I've taken the weekend off after coming home.
Ben's mentioned Nilsson lots of times. I was in an army hospital when "The Point" was first, or maybe second shown, in 1970-71. Since I was ambulatory and those objecting, who would have preferred the John Wayne movie were not, we watched Nilsson. I've still got my LPs; it's only a matter of time before my daughter discovers them.
Very pleased to read about mc's recital. Complete newb or taken up again after many years? The university chorus I'm in, also my temple choir, have satisfied me until now, but I could see playing as well as singing sometime.
newb. I think it's been about two years. If I'd known how hard it is, I'd probably never have started. So just as well I didn't know.
re: 32
What if, like me*, you pronounce it in a way that makes 'forgo' (/f?rgo/ in Scottish english, or, /f?g?u/ in effete English English) rather 'forego' (/fo?rgo/ in Scottish English) than the most logical spelling?
* And I'm British and in Oxford and therefore claim authority over pronunciatifyin'
I hope the IPA renders properly.
re: 48
I used to have some Icelandic neighbours when I first moved to Oxford. One night there was the biggest storm I've ever seen and they came, along with another of pair of our neighbours, and knocked on our door -- she was dressed in a tiny bikini, him in shorts -- to come outside and drink brennavin semi-naked with them while the rain and lightning poured down.
Quite surreal. No candy though.
52: Don't oppress me with your colonialist ways.
Hey, IDP! What university chorus are you in?
Northeastern Illinois U., right out Foster from where you are. The "musical pedagogy" students are required to be in it, for a couple of terms. Community members, which is everybody else, try out.

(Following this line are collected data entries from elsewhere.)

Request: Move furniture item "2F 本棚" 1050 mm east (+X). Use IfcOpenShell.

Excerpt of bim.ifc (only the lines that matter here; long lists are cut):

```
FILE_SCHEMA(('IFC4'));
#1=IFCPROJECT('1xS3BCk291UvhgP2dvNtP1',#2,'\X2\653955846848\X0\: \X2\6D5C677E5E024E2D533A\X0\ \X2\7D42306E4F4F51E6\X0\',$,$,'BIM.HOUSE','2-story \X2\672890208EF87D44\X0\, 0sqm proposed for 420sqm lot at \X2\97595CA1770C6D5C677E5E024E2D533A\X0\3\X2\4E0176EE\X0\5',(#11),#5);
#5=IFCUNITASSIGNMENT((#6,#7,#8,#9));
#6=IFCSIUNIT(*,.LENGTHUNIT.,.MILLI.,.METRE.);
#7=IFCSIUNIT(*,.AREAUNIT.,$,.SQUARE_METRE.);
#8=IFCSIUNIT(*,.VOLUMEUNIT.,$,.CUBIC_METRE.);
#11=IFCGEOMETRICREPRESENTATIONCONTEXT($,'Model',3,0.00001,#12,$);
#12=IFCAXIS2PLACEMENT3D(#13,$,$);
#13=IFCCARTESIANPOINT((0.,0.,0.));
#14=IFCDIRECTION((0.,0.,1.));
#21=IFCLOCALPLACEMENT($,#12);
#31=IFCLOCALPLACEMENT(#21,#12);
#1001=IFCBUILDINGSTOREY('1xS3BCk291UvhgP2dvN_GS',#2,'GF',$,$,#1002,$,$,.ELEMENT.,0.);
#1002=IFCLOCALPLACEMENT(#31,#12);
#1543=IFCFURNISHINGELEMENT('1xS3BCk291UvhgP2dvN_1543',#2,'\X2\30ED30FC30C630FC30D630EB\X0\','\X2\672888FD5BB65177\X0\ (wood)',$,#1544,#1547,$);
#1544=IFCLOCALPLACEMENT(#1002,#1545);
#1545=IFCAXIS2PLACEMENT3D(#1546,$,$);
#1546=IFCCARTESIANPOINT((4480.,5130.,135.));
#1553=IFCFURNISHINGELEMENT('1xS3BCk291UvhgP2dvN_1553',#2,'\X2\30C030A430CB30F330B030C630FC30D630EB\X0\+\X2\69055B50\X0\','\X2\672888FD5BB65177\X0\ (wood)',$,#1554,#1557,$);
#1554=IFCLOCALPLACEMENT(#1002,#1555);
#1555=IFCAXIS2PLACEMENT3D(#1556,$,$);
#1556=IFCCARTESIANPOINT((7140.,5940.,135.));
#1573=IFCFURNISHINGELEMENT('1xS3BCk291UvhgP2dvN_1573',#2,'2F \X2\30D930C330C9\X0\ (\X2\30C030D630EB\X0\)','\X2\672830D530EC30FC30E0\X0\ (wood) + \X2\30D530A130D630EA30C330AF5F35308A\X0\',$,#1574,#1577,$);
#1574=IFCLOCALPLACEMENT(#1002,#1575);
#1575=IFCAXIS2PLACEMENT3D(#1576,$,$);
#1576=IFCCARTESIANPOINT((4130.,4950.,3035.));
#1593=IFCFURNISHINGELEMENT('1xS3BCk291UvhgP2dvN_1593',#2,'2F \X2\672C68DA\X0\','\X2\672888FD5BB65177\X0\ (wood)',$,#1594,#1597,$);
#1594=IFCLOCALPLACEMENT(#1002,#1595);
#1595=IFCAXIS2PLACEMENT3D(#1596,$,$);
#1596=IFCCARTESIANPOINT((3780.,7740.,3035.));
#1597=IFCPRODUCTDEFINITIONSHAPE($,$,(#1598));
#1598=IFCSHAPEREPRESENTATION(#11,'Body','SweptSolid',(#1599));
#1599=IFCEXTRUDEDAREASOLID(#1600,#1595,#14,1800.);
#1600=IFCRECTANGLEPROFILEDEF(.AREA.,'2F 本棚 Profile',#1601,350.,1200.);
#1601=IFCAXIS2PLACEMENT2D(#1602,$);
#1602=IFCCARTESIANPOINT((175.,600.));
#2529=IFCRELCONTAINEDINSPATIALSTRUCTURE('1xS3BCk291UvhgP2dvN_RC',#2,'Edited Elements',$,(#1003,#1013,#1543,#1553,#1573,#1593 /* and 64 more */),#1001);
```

```python
import ifcopenshell
import ifcopenshell.api.geometry
import ifcopenshell.util.placement
import ifcopenshell.util.unit

model = ifcopenshell.open("bim.ifc")
unit_scale = ifcopenshell.util.unit.calculate_unit_scale(model)

item = model.by_guid("1xS3BCk291UvhgP2dvN_1593")
matrix = ifcopenshell.util.placement.get_local_placement(item.ObjectPlacement)
matrix[0, 3] += 1.05 / unit_scale
ifcopenshell.api.geometry.edit_object_placement(model, product=item, matrix=matrix, is_si=False)

print(ifcopenshell.util.placement.get_local_placement(item.ObjectPlacement).round(3) + 0.0)

model.write("bim-out.ifc")
```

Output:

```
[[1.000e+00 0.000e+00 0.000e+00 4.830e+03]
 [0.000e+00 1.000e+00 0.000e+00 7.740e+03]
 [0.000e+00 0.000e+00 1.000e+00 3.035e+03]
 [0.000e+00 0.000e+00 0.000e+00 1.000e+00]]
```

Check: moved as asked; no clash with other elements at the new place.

Leader/instructor is an outstanding teacher. The program has produced a substantial proportion of local singing professionals, and because it's a course, he'll often explain the why's as well as the how's. I've never sung on this level in my life, and the repetoire is usually very intelligent and challenging. Highbrow stuff, but doable; nicely balanced.
You're right, that's not that far from me. I've been thinking about joining a chorus; I'm directing an a cappella group at school right now which is fun, but we don't really do any serious and/or difficult material, because, well, we have a small pool to pick from. But I miss doing challenging stuff; trying to decide between joining a group and paying for voice lessons again. Feel like I haven't progressed that much since I stopped taking voice lessons at 17 (after 6 years).

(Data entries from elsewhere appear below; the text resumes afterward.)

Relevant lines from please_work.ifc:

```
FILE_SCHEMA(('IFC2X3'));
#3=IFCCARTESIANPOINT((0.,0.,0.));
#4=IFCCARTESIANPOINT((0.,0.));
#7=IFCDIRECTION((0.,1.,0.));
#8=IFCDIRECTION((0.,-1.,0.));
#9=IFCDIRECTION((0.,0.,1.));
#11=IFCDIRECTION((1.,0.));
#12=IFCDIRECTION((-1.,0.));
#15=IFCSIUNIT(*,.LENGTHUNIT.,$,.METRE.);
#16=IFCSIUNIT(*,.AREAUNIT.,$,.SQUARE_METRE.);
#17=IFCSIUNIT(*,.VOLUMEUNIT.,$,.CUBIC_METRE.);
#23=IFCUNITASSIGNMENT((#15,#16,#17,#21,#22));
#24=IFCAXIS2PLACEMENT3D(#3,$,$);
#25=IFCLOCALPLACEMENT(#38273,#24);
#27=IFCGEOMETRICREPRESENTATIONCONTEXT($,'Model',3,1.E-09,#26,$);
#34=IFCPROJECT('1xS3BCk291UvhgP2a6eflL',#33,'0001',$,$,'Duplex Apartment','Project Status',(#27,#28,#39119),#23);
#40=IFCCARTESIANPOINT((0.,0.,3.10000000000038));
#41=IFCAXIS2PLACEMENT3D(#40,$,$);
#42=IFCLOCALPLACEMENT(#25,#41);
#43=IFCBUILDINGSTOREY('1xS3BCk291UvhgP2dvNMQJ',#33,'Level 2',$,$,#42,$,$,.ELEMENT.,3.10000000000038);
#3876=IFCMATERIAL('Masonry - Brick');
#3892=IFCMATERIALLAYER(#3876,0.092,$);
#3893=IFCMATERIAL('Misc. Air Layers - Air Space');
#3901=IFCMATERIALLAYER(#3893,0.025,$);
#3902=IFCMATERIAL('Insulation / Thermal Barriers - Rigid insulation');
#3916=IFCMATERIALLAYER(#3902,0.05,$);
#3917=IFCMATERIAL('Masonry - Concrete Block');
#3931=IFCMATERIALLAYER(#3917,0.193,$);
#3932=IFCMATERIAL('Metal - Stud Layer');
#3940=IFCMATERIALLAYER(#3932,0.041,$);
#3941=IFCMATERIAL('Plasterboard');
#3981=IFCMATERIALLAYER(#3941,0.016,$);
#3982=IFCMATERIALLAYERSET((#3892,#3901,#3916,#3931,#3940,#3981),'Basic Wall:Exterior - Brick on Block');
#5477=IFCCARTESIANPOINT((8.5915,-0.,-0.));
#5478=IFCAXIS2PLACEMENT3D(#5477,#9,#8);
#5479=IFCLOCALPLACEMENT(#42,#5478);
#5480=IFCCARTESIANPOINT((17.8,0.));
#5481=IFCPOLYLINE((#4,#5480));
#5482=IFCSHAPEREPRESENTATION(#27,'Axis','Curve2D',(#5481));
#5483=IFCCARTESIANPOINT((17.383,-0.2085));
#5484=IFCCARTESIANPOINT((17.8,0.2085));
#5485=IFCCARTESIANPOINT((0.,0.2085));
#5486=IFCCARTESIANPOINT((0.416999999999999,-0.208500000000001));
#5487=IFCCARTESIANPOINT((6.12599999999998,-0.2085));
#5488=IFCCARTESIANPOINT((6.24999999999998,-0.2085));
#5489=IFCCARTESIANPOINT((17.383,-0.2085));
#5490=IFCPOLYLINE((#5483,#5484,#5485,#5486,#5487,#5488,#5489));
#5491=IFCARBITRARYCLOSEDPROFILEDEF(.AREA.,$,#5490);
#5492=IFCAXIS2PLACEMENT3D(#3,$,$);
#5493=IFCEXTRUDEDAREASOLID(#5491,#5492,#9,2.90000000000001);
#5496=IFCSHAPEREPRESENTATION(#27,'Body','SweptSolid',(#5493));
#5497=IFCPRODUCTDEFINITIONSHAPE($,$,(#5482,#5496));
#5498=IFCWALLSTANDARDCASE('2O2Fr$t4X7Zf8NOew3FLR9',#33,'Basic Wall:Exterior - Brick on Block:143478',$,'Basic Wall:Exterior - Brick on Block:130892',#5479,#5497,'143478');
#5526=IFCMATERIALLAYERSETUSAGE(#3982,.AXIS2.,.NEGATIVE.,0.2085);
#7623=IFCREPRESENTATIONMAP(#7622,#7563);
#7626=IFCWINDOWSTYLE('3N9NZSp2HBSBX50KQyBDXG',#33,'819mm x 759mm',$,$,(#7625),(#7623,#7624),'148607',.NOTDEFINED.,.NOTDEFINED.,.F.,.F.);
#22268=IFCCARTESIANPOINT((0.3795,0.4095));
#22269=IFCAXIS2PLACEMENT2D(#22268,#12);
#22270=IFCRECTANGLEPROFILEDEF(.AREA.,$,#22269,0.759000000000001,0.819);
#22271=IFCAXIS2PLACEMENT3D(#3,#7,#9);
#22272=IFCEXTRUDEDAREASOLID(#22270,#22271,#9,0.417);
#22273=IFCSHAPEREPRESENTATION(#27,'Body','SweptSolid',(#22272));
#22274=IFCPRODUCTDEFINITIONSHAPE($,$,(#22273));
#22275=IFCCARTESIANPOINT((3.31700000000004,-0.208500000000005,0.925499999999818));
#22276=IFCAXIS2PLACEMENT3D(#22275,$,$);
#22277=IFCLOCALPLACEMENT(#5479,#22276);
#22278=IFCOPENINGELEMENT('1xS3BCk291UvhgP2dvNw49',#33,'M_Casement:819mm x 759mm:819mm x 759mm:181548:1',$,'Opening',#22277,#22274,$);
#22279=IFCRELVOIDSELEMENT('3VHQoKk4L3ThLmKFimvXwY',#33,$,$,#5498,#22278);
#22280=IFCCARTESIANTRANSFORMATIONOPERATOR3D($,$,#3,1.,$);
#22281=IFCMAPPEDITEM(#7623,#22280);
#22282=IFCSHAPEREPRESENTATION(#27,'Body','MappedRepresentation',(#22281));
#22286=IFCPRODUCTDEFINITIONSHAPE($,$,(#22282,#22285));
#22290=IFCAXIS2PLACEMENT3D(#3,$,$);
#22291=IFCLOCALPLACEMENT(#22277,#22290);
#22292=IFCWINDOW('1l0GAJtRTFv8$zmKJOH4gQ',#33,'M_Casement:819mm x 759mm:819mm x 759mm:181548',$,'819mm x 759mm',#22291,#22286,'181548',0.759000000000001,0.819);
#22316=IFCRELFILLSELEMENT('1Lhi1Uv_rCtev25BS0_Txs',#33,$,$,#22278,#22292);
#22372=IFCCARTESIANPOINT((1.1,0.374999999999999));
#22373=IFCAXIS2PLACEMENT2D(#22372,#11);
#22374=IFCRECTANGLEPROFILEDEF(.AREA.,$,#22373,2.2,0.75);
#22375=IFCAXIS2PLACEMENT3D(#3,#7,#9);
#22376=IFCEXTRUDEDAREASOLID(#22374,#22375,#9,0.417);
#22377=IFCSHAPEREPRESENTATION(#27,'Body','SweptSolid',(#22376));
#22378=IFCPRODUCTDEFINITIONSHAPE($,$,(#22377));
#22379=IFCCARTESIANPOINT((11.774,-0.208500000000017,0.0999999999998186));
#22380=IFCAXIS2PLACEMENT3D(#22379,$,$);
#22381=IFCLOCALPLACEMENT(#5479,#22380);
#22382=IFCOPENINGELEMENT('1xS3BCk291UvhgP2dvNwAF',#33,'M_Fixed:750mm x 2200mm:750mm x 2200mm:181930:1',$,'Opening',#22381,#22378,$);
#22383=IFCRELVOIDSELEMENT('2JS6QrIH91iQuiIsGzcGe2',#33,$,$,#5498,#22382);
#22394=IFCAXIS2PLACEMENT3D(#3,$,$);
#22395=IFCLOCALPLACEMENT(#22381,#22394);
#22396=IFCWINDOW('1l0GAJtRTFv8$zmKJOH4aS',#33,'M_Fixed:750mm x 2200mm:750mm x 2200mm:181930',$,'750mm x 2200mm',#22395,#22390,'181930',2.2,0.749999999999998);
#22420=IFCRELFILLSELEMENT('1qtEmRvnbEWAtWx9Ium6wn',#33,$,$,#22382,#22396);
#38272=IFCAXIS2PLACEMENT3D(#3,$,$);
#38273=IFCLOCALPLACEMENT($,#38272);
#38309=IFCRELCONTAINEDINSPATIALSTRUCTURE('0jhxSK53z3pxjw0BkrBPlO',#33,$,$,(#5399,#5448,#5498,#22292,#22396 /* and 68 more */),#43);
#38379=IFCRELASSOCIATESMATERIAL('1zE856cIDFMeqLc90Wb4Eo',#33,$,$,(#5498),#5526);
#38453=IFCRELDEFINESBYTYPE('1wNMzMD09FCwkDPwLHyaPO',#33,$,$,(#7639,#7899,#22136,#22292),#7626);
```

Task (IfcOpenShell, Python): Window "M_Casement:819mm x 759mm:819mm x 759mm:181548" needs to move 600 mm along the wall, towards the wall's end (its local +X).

```python
import ifcopenshell
import ifcopenshell.api.geometry
import ifcopenshell.util.placement

model = ifcopenshell.open("please_work.ifc")

window = model.by_guid("1l0GAJtRTFv8$zmKJOH4gQ")
opening = window.FillsVoids[0].RelatingOpeningElement
wall = opening.VoidsElements[0].RelatingBuildingElement

wall_matrix = ifcopenshell.util.placement.get_local_placement(wall.ObjectPlacement)
shift = wall_matrix[:3, 0] * 0.6
before = ifcopenshell.util.placement.get_local_placement(window.ObjectPlacement)[:3, 3].copy()

# The window is placed relative to its opening, so it follows when the opening moves.
matrix = ifcopenshell.util.placement.get_local_placement(opening.ObjectPlacement)
matrix[:3, 3] += shift
ifcopenshell.api.geometry.edit_object_placement(
    model, product=opening, matrix=matrix, is_si=False, should_transform_children=True
)

after = ifcopenshell.util.placement.get_local_placement(window.ObjectPlacement)[:3, 3]
print("window moved by", (after - before).round(3) + 0.0)

model.write("please_work-out.ifc")
```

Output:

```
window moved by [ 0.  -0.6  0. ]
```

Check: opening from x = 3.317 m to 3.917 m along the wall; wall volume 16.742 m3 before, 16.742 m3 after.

Rehearsal is once a week, has been on Tuesdays, 7-9:30. But you have to practice, by yourself or in small groups, or you won't get it. There's a midterm, for the students but everybody has to do it. You have to know the parts by that time.
I can't work things out on the piano, so I've found I can sometimes get midi files of the pieces, even the parts, so that I can get the notes right. Diction, pronunciation, all that is important and noticeable.